START Data

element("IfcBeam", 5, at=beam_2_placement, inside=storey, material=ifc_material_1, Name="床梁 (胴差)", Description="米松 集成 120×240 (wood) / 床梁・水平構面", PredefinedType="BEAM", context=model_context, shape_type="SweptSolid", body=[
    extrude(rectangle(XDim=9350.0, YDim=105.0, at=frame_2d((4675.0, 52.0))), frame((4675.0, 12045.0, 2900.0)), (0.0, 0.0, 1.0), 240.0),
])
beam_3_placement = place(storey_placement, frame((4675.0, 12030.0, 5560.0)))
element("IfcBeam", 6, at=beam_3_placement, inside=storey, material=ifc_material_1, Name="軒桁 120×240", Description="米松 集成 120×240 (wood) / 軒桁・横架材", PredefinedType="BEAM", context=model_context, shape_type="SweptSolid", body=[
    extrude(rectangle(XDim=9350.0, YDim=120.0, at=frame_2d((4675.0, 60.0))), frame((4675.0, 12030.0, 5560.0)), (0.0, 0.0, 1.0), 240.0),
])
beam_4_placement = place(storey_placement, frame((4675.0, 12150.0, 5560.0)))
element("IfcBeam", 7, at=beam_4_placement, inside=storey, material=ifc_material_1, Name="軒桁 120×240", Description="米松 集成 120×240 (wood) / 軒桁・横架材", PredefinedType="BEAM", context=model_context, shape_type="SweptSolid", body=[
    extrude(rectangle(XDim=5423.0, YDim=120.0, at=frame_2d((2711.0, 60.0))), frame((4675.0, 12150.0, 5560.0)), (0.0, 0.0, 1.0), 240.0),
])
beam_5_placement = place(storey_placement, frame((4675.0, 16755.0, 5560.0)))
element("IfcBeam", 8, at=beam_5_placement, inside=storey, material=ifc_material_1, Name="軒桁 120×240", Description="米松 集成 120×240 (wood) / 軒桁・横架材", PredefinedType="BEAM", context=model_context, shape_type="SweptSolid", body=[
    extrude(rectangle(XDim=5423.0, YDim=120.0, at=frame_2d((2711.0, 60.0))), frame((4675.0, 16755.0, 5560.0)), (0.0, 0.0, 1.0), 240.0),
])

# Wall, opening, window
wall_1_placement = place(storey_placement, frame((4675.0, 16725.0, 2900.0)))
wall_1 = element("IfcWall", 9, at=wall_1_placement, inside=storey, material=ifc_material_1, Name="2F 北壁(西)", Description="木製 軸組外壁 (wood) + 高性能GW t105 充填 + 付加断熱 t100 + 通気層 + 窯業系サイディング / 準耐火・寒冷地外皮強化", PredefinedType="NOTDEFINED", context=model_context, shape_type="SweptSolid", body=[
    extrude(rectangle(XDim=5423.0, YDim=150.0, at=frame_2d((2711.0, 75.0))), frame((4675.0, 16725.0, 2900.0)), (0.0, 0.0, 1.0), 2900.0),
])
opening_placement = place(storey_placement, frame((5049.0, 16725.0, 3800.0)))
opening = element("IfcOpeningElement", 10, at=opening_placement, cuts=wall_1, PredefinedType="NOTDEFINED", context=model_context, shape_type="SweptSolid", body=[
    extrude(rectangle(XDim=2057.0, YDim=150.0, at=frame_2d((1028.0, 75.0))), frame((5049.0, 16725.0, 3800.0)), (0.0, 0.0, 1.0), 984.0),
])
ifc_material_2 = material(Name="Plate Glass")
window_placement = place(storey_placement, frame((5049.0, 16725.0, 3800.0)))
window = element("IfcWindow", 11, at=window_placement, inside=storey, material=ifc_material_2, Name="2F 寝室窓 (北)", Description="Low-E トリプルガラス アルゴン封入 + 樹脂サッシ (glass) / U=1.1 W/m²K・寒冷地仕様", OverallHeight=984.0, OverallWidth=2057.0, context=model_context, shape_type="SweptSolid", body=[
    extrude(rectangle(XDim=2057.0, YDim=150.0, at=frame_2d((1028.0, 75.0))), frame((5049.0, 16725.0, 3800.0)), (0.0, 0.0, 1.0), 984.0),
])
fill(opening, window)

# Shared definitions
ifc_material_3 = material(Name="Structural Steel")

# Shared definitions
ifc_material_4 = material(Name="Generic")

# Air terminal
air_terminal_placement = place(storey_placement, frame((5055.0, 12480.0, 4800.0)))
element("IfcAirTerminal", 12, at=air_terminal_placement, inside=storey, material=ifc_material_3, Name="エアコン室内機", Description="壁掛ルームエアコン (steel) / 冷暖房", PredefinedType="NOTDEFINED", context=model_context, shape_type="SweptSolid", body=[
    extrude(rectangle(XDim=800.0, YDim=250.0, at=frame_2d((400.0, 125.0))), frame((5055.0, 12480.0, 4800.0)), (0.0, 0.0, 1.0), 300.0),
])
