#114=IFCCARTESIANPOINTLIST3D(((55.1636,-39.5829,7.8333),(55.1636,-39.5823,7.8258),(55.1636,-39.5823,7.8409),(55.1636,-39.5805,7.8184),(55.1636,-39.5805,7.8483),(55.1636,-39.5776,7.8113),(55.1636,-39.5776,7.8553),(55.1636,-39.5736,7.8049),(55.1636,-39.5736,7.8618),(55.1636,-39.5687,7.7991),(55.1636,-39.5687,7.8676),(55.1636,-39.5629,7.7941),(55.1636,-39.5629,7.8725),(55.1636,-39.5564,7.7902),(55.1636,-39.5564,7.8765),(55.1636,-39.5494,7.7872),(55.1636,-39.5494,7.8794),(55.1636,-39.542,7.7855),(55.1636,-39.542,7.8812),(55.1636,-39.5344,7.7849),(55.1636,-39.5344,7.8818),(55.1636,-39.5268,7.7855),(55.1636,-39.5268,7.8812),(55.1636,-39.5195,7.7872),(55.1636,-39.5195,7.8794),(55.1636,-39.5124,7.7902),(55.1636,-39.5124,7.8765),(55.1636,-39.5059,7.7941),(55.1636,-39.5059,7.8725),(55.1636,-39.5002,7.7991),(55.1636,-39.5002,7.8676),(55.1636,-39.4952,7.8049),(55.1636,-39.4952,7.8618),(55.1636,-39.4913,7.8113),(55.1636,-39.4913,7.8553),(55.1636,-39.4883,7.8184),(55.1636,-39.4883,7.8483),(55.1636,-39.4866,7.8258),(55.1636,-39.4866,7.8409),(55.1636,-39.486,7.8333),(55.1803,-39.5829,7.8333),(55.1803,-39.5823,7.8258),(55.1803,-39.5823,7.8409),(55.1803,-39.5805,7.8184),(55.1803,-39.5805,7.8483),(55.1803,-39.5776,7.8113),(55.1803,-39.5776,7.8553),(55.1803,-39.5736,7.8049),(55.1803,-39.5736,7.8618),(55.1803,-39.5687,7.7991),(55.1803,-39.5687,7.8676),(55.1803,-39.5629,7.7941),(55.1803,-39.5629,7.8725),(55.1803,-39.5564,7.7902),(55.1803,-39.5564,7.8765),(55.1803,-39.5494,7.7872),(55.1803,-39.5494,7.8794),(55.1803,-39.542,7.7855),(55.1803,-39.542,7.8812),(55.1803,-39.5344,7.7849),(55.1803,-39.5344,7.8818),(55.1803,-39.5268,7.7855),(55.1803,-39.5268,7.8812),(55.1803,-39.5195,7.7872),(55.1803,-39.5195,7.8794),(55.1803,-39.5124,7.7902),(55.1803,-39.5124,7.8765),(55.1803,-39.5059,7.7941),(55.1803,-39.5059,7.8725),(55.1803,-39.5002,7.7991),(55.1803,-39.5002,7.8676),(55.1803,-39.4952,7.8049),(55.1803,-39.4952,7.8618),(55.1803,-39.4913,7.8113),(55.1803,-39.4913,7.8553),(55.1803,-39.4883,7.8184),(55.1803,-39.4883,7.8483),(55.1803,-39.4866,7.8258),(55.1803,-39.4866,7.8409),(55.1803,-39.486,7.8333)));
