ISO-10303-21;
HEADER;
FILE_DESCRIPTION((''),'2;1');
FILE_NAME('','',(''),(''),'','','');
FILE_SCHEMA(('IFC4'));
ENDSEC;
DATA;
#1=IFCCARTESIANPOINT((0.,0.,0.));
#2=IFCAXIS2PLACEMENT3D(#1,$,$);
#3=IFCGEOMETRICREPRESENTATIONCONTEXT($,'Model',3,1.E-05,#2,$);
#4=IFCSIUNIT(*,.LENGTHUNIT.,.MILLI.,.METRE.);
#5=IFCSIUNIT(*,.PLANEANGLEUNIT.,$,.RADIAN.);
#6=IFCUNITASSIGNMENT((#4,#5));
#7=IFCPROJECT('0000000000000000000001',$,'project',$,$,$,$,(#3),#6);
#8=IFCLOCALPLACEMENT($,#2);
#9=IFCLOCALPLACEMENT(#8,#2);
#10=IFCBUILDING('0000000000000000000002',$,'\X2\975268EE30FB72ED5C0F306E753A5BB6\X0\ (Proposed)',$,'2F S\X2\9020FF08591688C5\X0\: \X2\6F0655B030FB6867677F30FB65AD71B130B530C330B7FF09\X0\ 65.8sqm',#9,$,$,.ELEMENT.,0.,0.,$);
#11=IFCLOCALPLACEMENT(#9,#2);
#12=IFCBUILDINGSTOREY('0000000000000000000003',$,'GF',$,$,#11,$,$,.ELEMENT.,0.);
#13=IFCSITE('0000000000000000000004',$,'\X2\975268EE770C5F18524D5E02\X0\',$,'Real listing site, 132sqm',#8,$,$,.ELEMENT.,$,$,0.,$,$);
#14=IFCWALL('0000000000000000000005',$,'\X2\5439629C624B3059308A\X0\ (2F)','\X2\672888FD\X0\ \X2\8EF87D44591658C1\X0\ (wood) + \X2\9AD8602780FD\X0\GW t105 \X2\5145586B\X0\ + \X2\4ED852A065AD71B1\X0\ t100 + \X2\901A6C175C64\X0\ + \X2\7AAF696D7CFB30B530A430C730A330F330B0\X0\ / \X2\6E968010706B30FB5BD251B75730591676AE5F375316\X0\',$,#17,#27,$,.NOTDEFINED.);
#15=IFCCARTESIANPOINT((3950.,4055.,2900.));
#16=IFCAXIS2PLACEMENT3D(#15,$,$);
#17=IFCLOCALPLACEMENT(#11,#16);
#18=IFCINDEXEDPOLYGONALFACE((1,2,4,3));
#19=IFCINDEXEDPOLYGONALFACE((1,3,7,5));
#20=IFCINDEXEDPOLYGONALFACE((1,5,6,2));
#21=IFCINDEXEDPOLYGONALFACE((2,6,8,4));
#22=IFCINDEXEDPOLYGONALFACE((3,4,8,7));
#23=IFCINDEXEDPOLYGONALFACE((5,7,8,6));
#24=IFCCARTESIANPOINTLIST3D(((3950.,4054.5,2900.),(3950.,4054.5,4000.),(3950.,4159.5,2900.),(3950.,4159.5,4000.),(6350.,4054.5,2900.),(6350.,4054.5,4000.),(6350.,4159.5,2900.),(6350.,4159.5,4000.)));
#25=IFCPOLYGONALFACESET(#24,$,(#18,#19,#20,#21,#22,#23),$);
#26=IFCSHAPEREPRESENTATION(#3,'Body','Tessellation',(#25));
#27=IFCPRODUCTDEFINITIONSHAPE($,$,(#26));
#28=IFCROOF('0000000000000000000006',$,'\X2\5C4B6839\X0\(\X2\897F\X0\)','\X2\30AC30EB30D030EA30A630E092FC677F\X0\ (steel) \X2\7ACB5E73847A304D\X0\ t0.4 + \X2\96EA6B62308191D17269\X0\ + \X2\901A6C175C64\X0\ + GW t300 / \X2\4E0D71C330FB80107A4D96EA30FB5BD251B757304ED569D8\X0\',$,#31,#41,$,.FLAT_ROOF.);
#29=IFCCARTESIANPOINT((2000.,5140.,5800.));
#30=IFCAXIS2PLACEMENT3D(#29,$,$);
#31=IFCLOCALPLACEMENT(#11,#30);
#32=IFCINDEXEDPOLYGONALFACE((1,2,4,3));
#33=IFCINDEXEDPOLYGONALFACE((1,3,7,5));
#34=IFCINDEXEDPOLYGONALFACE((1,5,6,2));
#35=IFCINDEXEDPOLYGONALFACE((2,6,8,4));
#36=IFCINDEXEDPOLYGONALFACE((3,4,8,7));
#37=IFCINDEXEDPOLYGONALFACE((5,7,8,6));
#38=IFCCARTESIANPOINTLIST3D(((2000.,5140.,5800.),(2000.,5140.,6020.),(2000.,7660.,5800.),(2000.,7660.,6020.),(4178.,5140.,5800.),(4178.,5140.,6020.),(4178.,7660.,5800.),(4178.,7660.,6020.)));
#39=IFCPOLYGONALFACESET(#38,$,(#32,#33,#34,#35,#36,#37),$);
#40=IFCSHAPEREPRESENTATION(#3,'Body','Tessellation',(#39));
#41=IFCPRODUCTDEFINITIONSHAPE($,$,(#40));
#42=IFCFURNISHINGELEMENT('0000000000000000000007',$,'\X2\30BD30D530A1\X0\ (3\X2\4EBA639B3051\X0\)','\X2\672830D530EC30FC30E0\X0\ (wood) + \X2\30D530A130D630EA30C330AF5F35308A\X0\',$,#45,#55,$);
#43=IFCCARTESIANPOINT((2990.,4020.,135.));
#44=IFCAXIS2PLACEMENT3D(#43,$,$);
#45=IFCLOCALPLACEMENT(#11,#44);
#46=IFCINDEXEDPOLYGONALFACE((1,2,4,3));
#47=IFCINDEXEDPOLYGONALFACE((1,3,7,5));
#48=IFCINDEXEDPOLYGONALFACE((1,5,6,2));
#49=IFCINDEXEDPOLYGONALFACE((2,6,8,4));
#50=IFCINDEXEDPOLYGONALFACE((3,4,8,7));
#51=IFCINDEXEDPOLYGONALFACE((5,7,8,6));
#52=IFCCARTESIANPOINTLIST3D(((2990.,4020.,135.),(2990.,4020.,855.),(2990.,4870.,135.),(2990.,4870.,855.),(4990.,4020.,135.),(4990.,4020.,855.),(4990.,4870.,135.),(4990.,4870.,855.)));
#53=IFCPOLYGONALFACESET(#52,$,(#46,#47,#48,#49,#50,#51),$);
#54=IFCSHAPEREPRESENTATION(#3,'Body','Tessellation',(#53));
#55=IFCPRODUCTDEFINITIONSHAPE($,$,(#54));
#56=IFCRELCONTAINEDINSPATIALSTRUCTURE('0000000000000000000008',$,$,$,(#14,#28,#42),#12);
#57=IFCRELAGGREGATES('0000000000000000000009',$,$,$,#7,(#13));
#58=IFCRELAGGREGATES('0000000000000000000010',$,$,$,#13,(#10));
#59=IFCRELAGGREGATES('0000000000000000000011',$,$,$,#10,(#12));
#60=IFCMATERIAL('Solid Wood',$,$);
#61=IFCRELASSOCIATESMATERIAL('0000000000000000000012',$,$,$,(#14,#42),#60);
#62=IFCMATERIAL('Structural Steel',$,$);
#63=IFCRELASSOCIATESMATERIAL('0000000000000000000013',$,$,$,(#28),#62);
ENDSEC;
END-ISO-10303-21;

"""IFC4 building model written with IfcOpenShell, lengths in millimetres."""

from ifc_helpers import new_model, si_unit, frame, frame_2d, origin, place, context, project, spatial, rectangle, extrude, material, element, save


model = new_model("IFC4")

# Units and contexts
model_context = context("Model", 3, precision=1e-05, world=origin())
ifc_project = project(units=[si_unit("LENGTHUNIT", "METRE", prefix="MILLI"), si_unit("PLANEANGLEUNIT", "RADIAN")], contexts=[model_context])

# Site, building, storey
site_placement = place(None, origin())
site = spatial("IfcSite", under=ifc_project, at=site_placement, Name="青森県弘前市", ObjectType="Real listing site, 132sqm", CompositionType="ELEMENT", RefElevation=0.0)
building_placement = place(site_placement, origin())
building = spatial("IfcBuilding", under=site, at=building_placement, Name="青森・狭小の町家 (Proposed)", ObjectType="2F S造（外装: 漆喰・桧板・断熱サッシ） 65.8sqm", CompositionType="ELEMENT", ElevationOfRefHeight=0.0, ElevationOfTerrain=0.0)
storey_placement = place(building_placement, origin())
storey = spatial("IfcBuildingStorey", under=building, at=storey_placement, Name="GF", CompositionType="ELEMENT", Elevation=0.0)

# Shared definitions
ifc_material_1 = material(Name="Solid Wood")

# Wall
wall_1_placement = place(storey_placement, frame((3950.0, 4055.0, 2900.0)))
element("IfcWall", 1, at=wall_1_placement, inside=storey, material=ifc_material_1, Name="吹抜手すり (2F)", Description="木製 軸組外壁 (wood) + 高性能GW t105 充填 + 付加断熱 t100 + 通気層 + 窯業系サイディング / 準耐火・寒冷地外皮強化", PredefinedType="NOTDEFINED", context=model_context, shape_type="SweptSolid", body=[
    extrude(rectangle(XDim=2400.0, YDim=105.0, at=frame_2d((1200.0, 52.0))), frame((3950.0, 4055.0, 2900.0)), (0.0, 0.0, 1.0), 1100.0),
])

# Roof
ifc_material_2 = material(Name="Structural Steel")
for number, where, name in (
    (2, (2000.0, 5140.0, 5800.0), "屋根(西)"),
):
    element("IfcRoof", number, at=place(storey_placement, frame(where)), inside=storey, material=ifc_material_2, Name=name, Description="ガルバリウム鋼板 (steel) 立平葺き t0.4 + 雪止め金物 + 通気層 + GW t300 / 不燃・耐積雪・寒冷地仕様", PredefinedType="FLAT_ROOF", context=model_context, shape_type="SweptSolid", body=[
        extrude(rectangle(XDim=2178.0, YDim=2520.0, at=frame_2d((1089.0, 1260.0))), frame((2000.0, 5140.0, 5800.0)), (0.0, 0.0, 1.0), 220.0),
    ])

# Furnishing element
furnishing_placement = place(storey_placement, frame((2990.0, 4020.0, 135.0)))
element("IfcFurnishingElement", 3, at=furnishing_placement, inside=storey, material=ifc_material_1, Name="ソファ (3人掛け)", Description="木フレーム (wood) + ファブリック張り", context=model_context, shape_type="SweptSolid", body=[
    extrude(rectangle(XDim=2000.0, YDim=850.0, at=frame_2d((1000.0, 425.0))), frame((2990.0, 4020.0, 135.0)), (0.0, 0.0, 1.0), 720.0),
])

save(model, "model.ifc")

END Data

What is expected | All lines in the listing above from the line containing "#40=IFCSHAPEREPRESENTATION(#3,'Body','Tessellation',(#39));" to the line containing "END-ISO-10303-21;", inclusive, should be retyped exactly; no other lines should appear.

Answer area |
#40=IFCSHAPEREPRESENTATION(#3,'Body','Tessellation',(#39));
#41=IFCPRODUCTDEFINITIONSHAPE($,$,(#40));
#42=IFCFURNISHINGELEMENT('0000000000000000000007',$,'\X2\30BD30D530A1\X0\ (3\X2\4EBA639B3051\X0\)','\X2\672830D530EC30FC30E0\X0\ (wood) + \X2\30D530A130D630EA30C330AF5F35308A\X0\',$,#45,#55,$);
#43=IFCCARTESIANPOINT((2990.,4020.,135.));
#44=IFCAXIS2PLACEMENT3D(#43,$,$);
#45=IFCLOCALPLACEMENT(#11,#44);
#46=IFCINDEXEDPOLYGONALFACE((1,2,4,3));
#47=IFCINDEXEDPOLYGONALFACE((1,3,7,5));
#48=IFCINDEXEDPOLYGONALFACE((1,5,6,2));
#49=IFCINDEXEDPOLYGONALFACE((2,6,8,4));
#50=IFCINDEXEDPOLYGONALFACE((3,4,8,7));
#51=IFCINDEXEDPOLYGONALFACE((5,7,8,6));
#52=IFCCARTESIANPOINTLIST3D(((2990.,4020.,135.),(2990.,4020.,855.),(2990.,4870.,135.),(2990.,4870.,855.),(4990.,4020.,135.),(4990.,4020.,855.),(4990.,4870.,135.),(4990.,4870.,855.)));
#53=IFCPOLYGONALFACESET(#52,$,(#46,#47,#48,#49,#50,#51),$);
#54=IFCSHAPEREPRESENTATION(#3,'Body','Tessellation',(#53));
#55=IFCPRODUCTDEFINITIONSHAPE($,$,(#54));
#56=IFCRELCONTAINEDINSPATIALSTRUCTURE('0000000000000000000008',$,$,$,(#14,#28,#42),#12);
#57=IFCRELAGGREGATES('0000000000000000000009',$,$,$,#7,(#13));
#58=IFCRELAGGREGATES('0000000000000000000010',$,$,$,#13,(#10));
#59=IFCRELAGGREGATES('0000000000000000000011',$,$,$,#10,(#12));
#60=IFCMATERIAL('Solid Wood',$,$);
#61=IFCRELASSOCIATESMATERIAL('0000000000000000000012',$,$,$,(#14,#42),#60);
#62=IFCMATERIAL('Structural Steel',$,$);
#63=IFCRELASSOCIATESMATERIAL('0000000000000000000013',$,$,$,(#28),#62);
ENDSEC;
END-ISO-10303-21;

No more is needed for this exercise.